The Salt Lake County sheriff's deputy who shot two men holding a woman hostage during an attempted bank robbery has been cleared by the Salt Lake District Attorney's Office.
A routine review of the shooting determined deputy Jeff Lone's actions were justified.
"His actions were lawfully taken in defense of himself and (the woman taken hostage)," stated a letter from the D.A.'s office to the sheriff's office. "Detective Lone had every right to protect himself by the use of deadly force when confronted by the bank robbers," the letter stated.

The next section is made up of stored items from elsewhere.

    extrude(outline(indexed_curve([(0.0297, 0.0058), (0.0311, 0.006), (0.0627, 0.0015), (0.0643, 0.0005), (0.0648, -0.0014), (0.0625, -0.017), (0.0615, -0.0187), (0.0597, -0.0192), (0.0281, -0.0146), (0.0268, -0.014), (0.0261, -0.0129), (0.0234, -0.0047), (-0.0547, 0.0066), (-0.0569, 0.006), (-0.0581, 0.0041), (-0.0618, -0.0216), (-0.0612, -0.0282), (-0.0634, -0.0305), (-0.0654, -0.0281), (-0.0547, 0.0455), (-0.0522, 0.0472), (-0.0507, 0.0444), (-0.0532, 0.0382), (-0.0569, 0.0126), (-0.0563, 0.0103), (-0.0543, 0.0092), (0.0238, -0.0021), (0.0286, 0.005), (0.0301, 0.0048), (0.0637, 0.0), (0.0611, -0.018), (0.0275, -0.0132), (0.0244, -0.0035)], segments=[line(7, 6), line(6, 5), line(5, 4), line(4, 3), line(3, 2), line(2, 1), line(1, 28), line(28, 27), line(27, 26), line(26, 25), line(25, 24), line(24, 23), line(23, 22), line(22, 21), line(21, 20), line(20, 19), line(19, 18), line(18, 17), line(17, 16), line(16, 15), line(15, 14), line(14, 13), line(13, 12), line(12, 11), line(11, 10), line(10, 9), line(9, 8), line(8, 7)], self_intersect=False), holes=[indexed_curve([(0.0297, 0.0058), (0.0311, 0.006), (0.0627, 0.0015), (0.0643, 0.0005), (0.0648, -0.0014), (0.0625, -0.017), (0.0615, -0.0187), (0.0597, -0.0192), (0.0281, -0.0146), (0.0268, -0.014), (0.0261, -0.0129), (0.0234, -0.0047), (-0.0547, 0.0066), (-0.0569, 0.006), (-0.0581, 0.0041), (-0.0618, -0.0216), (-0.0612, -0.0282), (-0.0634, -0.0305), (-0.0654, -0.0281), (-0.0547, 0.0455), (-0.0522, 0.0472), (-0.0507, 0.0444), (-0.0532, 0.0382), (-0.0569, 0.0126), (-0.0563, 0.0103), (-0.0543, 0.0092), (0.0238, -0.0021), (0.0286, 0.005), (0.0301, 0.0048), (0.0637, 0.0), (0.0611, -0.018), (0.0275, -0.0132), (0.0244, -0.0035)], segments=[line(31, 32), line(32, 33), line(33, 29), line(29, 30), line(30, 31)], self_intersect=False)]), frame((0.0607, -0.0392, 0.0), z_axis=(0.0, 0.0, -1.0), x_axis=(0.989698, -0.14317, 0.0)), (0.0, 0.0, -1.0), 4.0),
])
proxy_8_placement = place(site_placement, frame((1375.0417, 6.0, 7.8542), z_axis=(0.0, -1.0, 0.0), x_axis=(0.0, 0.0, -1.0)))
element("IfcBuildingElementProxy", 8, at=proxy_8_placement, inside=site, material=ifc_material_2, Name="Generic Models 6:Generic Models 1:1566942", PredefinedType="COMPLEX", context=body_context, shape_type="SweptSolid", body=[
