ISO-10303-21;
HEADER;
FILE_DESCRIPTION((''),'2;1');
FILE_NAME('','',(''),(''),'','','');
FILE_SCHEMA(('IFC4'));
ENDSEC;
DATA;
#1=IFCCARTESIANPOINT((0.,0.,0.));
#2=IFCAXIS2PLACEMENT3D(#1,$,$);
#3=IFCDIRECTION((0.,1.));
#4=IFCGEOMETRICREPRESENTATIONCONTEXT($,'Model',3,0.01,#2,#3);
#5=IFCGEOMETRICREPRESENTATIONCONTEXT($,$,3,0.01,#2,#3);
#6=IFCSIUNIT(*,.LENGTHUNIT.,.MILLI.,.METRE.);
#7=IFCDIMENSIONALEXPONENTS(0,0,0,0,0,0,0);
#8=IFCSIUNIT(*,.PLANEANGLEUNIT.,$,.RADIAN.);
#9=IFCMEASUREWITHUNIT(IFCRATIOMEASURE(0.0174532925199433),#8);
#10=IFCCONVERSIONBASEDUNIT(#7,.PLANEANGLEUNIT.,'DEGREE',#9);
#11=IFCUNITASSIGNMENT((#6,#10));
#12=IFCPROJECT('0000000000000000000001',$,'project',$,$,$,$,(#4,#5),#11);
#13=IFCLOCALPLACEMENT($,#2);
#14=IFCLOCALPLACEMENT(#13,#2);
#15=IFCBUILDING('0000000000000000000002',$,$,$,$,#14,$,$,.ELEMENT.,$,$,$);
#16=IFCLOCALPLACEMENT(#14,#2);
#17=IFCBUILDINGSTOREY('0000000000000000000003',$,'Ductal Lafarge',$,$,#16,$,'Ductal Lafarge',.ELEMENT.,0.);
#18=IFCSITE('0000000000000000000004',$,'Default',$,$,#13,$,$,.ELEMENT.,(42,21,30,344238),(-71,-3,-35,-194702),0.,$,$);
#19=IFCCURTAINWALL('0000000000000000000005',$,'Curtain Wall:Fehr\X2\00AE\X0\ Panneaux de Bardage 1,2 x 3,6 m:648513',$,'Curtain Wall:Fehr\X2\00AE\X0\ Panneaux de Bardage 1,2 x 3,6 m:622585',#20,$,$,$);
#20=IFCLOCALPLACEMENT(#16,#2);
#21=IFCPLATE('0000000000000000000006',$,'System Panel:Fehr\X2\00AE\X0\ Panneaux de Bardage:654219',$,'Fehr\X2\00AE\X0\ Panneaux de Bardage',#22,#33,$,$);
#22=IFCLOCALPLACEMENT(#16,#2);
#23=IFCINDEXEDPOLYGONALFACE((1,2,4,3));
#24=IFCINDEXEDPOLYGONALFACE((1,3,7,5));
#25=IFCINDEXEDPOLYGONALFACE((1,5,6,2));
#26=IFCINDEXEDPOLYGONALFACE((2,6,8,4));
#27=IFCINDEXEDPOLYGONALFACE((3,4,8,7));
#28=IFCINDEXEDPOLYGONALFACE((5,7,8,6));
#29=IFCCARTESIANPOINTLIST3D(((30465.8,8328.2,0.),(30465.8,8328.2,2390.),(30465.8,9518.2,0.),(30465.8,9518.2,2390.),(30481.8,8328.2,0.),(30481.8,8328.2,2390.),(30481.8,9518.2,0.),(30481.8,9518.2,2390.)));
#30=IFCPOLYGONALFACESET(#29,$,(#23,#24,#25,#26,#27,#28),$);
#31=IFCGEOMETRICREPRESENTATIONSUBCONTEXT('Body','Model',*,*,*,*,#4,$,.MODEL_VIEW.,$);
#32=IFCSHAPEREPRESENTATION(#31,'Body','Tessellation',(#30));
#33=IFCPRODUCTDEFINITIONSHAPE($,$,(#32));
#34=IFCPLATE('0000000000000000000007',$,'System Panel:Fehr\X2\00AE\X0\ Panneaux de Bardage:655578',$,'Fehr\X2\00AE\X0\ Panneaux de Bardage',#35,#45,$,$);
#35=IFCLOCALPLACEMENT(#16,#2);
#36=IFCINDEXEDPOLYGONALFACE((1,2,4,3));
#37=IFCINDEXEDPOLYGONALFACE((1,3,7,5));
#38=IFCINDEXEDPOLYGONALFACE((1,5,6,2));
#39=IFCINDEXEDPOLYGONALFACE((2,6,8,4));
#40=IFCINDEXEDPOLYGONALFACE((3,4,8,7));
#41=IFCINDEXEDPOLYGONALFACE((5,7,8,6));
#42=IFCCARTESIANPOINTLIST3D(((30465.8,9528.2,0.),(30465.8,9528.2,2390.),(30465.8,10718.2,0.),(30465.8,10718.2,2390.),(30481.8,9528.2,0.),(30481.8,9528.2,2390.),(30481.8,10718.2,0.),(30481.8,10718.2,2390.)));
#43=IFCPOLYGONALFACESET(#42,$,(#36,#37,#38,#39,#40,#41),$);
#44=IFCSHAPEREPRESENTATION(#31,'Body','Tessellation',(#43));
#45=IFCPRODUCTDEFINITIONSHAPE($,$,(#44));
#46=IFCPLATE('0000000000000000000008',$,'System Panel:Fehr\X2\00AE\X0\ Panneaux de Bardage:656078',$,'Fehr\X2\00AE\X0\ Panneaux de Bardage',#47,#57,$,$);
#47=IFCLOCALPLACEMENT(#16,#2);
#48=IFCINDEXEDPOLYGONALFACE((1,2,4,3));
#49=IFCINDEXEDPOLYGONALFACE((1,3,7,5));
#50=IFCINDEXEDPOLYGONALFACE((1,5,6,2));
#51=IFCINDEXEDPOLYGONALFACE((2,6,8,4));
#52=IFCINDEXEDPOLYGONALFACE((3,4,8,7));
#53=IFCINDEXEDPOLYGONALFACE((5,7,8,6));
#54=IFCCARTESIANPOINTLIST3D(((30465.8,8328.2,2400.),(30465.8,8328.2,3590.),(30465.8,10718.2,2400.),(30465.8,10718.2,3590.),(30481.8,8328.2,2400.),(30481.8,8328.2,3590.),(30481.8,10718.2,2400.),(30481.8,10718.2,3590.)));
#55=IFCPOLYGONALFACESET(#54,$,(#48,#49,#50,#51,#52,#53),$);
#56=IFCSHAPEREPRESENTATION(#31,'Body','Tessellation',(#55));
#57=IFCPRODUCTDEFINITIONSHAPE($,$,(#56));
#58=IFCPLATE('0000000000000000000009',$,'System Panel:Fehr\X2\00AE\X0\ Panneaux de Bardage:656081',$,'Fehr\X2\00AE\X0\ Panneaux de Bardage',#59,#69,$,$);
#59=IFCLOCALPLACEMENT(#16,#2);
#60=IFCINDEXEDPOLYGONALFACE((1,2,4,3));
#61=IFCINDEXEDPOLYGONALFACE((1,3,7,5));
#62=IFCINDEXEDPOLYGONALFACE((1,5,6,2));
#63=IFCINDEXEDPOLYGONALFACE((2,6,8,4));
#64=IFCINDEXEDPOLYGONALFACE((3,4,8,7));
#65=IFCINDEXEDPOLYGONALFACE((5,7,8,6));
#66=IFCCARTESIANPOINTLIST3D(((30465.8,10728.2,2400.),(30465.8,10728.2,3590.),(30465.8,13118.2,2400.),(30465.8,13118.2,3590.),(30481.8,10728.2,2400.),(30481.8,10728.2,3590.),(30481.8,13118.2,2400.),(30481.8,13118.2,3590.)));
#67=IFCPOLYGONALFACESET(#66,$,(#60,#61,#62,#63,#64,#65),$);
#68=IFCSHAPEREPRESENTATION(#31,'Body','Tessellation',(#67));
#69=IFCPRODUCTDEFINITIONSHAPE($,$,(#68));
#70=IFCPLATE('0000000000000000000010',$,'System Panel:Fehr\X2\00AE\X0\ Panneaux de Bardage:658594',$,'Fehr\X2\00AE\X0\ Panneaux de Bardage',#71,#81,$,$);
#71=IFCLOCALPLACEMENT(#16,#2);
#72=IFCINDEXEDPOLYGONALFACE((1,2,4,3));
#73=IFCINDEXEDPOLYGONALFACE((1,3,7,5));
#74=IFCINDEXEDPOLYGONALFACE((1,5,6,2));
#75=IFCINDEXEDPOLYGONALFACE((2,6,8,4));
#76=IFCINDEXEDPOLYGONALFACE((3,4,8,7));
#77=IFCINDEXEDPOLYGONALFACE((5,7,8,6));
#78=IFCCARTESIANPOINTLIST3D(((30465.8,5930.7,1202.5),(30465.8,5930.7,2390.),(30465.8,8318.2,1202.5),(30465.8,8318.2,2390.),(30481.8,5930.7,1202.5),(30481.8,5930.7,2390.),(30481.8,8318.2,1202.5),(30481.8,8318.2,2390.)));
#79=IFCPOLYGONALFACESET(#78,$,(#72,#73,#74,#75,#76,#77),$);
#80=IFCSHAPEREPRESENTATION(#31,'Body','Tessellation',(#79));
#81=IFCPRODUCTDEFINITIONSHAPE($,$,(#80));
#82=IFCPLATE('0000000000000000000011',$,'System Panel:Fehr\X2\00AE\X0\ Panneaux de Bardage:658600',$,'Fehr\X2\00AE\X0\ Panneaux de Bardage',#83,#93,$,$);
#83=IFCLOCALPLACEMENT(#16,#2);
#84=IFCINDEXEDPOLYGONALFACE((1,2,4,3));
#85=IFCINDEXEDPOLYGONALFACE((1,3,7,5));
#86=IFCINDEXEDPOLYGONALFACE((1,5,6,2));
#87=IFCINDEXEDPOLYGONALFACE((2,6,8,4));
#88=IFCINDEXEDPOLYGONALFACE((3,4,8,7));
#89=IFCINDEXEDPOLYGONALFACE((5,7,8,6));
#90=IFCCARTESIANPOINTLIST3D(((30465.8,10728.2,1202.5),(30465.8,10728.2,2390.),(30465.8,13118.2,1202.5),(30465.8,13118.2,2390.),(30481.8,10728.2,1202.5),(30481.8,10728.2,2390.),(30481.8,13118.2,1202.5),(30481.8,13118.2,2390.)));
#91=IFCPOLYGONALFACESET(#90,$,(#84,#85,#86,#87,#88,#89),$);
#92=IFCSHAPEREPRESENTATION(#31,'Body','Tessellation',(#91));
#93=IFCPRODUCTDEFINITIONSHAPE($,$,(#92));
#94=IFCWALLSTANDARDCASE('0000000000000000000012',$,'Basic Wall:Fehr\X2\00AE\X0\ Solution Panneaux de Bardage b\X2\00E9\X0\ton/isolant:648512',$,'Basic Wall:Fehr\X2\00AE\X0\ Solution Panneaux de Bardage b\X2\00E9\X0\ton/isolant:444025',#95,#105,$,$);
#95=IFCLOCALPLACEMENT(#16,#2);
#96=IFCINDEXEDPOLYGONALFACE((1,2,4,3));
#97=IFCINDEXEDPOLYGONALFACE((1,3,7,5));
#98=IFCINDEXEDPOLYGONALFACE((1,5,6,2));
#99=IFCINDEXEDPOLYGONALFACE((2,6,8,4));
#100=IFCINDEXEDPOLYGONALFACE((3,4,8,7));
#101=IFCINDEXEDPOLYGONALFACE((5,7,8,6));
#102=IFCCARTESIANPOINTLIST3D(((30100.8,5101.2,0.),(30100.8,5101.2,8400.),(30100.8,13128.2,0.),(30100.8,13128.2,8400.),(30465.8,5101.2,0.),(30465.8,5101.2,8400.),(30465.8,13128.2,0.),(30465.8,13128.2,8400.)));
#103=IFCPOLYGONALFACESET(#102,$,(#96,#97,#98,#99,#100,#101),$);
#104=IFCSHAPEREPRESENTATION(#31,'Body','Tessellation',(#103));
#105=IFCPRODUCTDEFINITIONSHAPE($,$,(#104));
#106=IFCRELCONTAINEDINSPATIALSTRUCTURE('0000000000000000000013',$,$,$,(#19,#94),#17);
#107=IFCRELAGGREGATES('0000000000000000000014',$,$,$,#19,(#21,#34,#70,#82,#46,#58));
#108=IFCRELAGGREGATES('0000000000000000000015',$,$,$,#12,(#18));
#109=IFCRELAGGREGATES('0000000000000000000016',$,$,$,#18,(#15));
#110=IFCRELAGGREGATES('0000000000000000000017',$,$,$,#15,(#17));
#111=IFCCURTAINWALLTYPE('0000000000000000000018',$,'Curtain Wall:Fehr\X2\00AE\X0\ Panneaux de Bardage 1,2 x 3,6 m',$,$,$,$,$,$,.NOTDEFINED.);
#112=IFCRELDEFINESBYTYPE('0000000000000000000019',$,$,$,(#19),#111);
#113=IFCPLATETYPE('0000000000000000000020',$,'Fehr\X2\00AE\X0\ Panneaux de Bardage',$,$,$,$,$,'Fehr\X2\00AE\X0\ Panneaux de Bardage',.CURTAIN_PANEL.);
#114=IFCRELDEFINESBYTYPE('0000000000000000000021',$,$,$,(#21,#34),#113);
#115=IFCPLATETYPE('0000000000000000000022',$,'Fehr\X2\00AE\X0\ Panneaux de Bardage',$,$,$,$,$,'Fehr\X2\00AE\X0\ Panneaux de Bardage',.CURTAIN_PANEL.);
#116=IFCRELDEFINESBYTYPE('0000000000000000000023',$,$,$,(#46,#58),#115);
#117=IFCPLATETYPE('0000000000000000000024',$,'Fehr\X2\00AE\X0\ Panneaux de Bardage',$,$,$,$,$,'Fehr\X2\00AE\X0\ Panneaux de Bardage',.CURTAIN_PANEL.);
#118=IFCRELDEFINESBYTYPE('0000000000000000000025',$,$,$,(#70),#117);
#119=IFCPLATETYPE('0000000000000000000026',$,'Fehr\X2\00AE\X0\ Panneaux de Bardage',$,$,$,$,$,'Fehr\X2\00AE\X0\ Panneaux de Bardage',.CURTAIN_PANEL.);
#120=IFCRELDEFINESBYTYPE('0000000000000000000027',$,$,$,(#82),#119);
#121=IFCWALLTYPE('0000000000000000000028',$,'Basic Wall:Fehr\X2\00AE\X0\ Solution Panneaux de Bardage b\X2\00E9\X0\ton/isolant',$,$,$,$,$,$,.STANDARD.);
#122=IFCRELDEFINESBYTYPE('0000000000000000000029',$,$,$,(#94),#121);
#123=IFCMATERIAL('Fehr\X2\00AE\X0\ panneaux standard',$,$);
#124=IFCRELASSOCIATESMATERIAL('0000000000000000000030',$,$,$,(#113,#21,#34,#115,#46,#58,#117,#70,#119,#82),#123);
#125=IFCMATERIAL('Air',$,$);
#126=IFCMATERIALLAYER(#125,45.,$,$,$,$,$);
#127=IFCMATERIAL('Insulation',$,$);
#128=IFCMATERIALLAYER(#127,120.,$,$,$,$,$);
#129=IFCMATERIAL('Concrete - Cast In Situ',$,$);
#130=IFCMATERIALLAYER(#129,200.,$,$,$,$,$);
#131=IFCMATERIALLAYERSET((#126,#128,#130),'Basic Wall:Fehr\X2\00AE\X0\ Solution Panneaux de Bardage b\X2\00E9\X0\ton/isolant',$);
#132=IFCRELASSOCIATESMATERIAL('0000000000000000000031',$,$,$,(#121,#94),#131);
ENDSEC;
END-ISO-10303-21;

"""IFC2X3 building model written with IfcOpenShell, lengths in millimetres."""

from ifc_helpers import new_model, entity, si_unit, converted_unit, direction, frame, frame_2d, origin, origin_2d_with_axis, place, context, subcontext, project, spatial, rectangle, extrude, source, transform, mapped, material, layer, layer_set, layer_usage, type_object, type_shapes, element, aggregate, save


model = new_model("IFC2X3")

# Units and contexts
model_context = context("Model", 3, precision=0.01, world=origin(), true_north=direction((0.0, 1.0)))
context_of_model = context(None, 3, precision=0.01, world=origin(), true_north=direction((0.0, 1.0)))
body_context = subcontext(model_context, "Body", "Model", "MODEL_VIEW")
ifc_project = project(units=[si_unit("LENGTHUNIT", "METRE", prefix="MILLI"), converted_unit("PLANEANGLEUNIT", "DEGREE", entity("IfcRatioMeasure", 0.0174532925199433), si_unit("PLANEANGLEUNIT", "RADIAN"), dimensions=[0, 0, 0, 0, 0, 0, 0])], contexts=[model_context, context_of_model])

# Site, building, storey
site_placement = place(None, origin())
site = spatial("IfcSite", under=ifc_project, at=site_placement, Name="Default", CompositionType="ELEMENT", RefLatitude=(42, 21, 30, 344238), RefLongitude=(-71, -3, -35, -194702), RefElevation=0.0)
building_placement = place(site_placement, origin())
building = spatial("IfcBuilding", under=site, at=building_placement, CompositionType="ELEMENT")
storey_placement = place(building_placement, origin())
storey = spatial("IfcBuildingStorey", under=building, at=storey_placement, Name="Ductal Lafarge", LongName="Ductal Lafarge", CompositionType="ELEMENT", Elevation=0.0)

# Curtain wall, plates
curtain_wall_type = type_object("IfcCurtainWallType", Name="Curtain Wall:Fehr® Panneaux de Bardage 1,2 x 3,6 m", PredefinedType="NOTDEFINED")
curtain_wall_placement = place(storey_placement, origin())
curtain_wall = element("IfcCurtainWall", 1, at=curtain_wall_placement, inside=storey, type_object=curtain_wall_type, Name="Curtain Wall:Fehr® Panneaux de Bardage 1,2 x 3,6 m:648513", ObjectType="Curtain Wall:Fehr® Panneaux de Bardage 1,2 x 3,6 m:622585")
ifc_material_1 = material(Name="Fehr® panneaux standard")
plate_type_1 = type_object("IfcPlateType", Name="Fehr® Panneaux de Bardage", ElementType="Fehr® Panneaux de Bardage", PredefinedType="CURTAIN_PANEL", material=ifc_material_1)
shared_shape_1 = source(origin(), body_context, "Body", "SweptSolid", [
    extrude(rectangle(XDim=2390.0, YDim=1190.0, at=frame_2d((-0.8, 0.0), x_axis=(1.0, 0.0))), frame((0.0, -8.0, 1195.8), z_axis=(0.0, 1.0, 0.0), x_axis=(0.0, 0.0, 1.0)), (0.0, 0.0, 1.0), 16.0),
])
type_shapes(plate_type_1, [shared_shape_1])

Lone was making a regular check of Washington Federal Savings, 3981 S. Wasatch Blvd., on Dec. 21 when he discovered the bank was being robbed.
The two armed robbers were alerted to Lone's presence and walked outside the bank holding a bank teller hostage before Lone had time to call for backup.
Lone drew his weapon and ordered the men to release the hostage. One man with a gun pointed his weapon at Lone. Lone opened fire, striking the man in the chest.
The second man was shot by Lone after he tried to grab his partner's gun. The woman, 54, suffered a minor injury after one of the bullets ricocheted into her knee.
One of the men is still in the hospital. The other has been transferred to the infirmary at the Utah State Prison.
The shooting will be reviewed by the sheriff's own Major Incident Review Board. But with the clearing from the district attorney, Lone has been taken off administrative leave and put back on full-time duty, said Salt Lake County Sheriff's Sgt. Shane Hudson.
Sheriff Aaron Kennard said after the shootings occurred, Lone told him that he was not going to let the men take the woman away. "His whole goal was to protect the lady taken hostage," Kennard said. "It was either going to be him or the bank robber."
Kennard called Lone the "epitome of what I consider the cream of the crop. What a good deputy should be doing. And that is protecting the public."
The sheriff wrote Lone a letter commending him for his actions.
Lone has been with the sheriff's office for more than 20 years.